Try it
Take every line in the entries that includes the word "IFCBUILDINGSTOREY" and copy it.

━━━━━ Data excerpts

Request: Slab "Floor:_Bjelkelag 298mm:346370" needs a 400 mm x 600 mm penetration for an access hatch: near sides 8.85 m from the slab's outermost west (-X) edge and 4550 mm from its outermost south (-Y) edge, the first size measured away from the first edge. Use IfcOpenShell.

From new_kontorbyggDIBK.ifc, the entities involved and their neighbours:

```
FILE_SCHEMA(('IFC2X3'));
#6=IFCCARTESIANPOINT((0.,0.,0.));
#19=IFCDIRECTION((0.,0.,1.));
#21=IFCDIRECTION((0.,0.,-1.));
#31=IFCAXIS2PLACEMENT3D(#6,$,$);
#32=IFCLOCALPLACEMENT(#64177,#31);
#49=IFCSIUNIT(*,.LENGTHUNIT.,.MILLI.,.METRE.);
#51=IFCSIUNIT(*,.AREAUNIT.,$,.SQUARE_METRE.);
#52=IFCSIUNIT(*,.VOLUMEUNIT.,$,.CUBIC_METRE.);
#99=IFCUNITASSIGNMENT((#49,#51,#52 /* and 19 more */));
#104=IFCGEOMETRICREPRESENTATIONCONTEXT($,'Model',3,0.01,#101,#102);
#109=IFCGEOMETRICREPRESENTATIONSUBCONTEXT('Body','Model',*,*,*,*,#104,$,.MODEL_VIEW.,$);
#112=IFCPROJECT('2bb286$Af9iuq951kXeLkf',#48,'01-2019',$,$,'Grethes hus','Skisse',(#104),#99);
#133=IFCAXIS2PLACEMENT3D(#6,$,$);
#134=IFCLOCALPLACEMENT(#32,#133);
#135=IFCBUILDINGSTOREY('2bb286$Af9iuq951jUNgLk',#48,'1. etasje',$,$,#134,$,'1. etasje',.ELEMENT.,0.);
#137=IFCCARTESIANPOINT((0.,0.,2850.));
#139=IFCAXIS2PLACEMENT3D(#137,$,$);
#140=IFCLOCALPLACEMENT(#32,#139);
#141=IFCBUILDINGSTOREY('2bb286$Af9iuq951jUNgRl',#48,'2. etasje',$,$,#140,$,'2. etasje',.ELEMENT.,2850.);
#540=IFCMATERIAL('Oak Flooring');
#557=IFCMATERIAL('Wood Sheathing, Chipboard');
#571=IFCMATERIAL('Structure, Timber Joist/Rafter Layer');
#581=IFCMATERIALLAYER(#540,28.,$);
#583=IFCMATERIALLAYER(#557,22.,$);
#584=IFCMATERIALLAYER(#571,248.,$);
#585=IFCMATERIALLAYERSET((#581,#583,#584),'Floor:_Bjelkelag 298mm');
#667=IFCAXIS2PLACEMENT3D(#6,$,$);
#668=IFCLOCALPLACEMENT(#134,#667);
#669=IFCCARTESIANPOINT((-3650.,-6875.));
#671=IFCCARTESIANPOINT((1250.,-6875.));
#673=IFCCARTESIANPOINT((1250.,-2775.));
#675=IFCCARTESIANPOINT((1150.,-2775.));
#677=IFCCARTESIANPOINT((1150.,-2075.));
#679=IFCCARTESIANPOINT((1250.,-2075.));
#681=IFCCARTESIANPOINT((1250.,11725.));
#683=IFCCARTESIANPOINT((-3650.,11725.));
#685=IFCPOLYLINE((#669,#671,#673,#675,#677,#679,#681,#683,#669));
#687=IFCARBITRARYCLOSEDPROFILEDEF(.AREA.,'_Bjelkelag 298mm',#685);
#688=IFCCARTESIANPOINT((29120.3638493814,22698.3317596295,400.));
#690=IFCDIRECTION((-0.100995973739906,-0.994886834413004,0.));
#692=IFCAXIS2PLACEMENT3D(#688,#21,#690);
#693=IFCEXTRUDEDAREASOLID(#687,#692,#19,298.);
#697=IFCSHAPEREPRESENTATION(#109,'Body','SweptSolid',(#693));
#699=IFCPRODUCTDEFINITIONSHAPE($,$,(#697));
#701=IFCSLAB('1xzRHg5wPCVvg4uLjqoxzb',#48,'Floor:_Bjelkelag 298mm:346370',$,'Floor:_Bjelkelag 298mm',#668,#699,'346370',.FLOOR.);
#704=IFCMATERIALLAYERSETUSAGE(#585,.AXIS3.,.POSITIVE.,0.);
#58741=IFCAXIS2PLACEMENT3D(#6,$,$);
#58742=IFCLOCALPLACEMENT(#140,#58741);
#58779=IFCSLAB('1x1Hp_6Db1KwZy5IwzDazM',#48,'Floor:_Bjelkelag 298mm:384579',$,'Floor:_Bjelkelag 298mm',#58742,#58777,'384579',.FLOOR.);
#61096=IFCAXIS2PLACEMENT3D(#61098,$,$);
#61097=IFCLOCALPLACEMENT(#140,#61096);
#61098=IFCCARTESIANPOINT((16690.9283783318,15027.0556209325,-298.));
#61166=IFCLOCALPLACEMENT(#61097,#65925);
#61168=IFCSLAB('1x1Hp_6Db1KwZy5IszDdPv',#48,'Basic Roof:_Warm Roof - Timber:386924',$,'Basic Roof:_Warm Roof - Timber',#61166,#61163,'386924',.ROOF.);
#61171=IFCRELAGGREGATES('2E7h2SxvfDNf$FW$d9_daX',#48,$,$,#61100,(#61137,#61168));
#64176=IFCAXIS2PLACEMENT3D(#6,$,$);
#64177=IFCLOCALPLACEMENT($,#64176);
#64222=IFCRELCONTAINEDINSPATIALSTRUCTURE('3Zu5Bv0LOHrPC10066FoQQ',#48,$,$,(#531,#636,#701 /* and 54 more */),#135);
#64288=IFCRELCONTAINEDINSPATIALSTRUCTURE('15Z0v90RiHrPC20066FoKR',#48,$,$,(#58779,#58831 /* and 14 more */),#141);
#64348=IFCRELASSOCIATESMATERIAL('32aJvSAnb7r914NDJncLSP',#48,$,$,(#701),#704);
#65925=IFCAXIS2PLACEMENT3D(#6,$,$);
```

```python
import numpy as np
import ifcopenshell
import ifcopenshell.api.feature
import ifcopenshell.api.geometry
import ifcopenshell.api.root
import ifcopenshell.geom
import ifcopenshell.util.placement
import ifcopenshell.util.representation
import ifcopenshell.util.shape
import ifcopenshell.util.unit

model = ifcopenshell.open("new_kontorbyggDIBK.ifc")
unit_scale = ifcopenshell.util.unit.calculate_unit_scale(model)
settings = ifcopenshell.geom.settings()


def volume(element):
    """Net volume in cubic metres, openings subtracted."""
    shape = ifcopenshell.geom.create_shape(settings, element)
    return ifcopenshell.util.shape.get_volume(shape.geometry)


slab = model.by_id(701)
before = volume(slab)

# Extent in the slab's own axes, in metres. The edges named are its -X and -Y sides.
slab_shape = ifcopenshell.geom.create_shape(settings, slab)
vertices = ifcopenshell.util.shape.get_vertices(slab_shape.geometry)
x_min, y_min, bottom = vertices.min(axis=0)
top = vertices[:, 2].max()

opening = ifcopenshell.api.root.create_entity(model, ifc_class="IfcOpeningElement", name="Access hatch opening")
context = ifcopenshell.util.representation.get_context(model, "Model", "Body", "MODEL_VIEW")
width, depth = 0.4, 0.6
outline = [(0.0, 0.0), (width, 0.0), (width, depth), (0.0, depth), (0.0, 0.0)]
# Overshoot both faces by 50 mm so the cut is clean.
shape = ifcopenshell.api.geometry.add_slab_representation(
    model, context=context, depth=top - bottom + 0.1, polyline=outline
)
ifcopenshell.api.geometry.assign_representation(model, product=opening, representation=shape)

matrix = ifcopenshell.util.placement.get_local_placement(slab.ObjectPlacement)
matrix[:, 3] = matrix @ np.append(np.array([x_min + 8.85, y_min + 4.55, bottom - 0.05]) / unit_scale, 1.0)
ifcopenshell.api.geometry.edit_object_placement(model, product=opening, matrix=matrix, is_si=False)
ifcopenshell.api.feature.add_feature(model, feature=opening, element=slab)

after = volume(slab)

print(f"slab volume {before:.3f} -> {after:.3f} m3")

model.write("new_kontorbyggDIBK_v2.ifc")
```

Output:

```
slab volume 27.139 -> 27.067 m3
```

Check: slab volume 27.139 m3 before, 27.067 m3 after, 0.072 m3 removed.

━━━━━━━━━━

Solution to this problem
#135=IFCBUILDINGSTOREY('2bb286$Af9iuq951jUNgLk',#48,'1. etasje',$,$,#134,$,'1. etasje',.ELEMENT.,0.);
#141=IFCBUILDINGSTOREY('2bb286$Af9iuq951jUNgRl',#48,'2. etasje',$,$,#140,$,'2. etasje',.ELEMENT.,2850.);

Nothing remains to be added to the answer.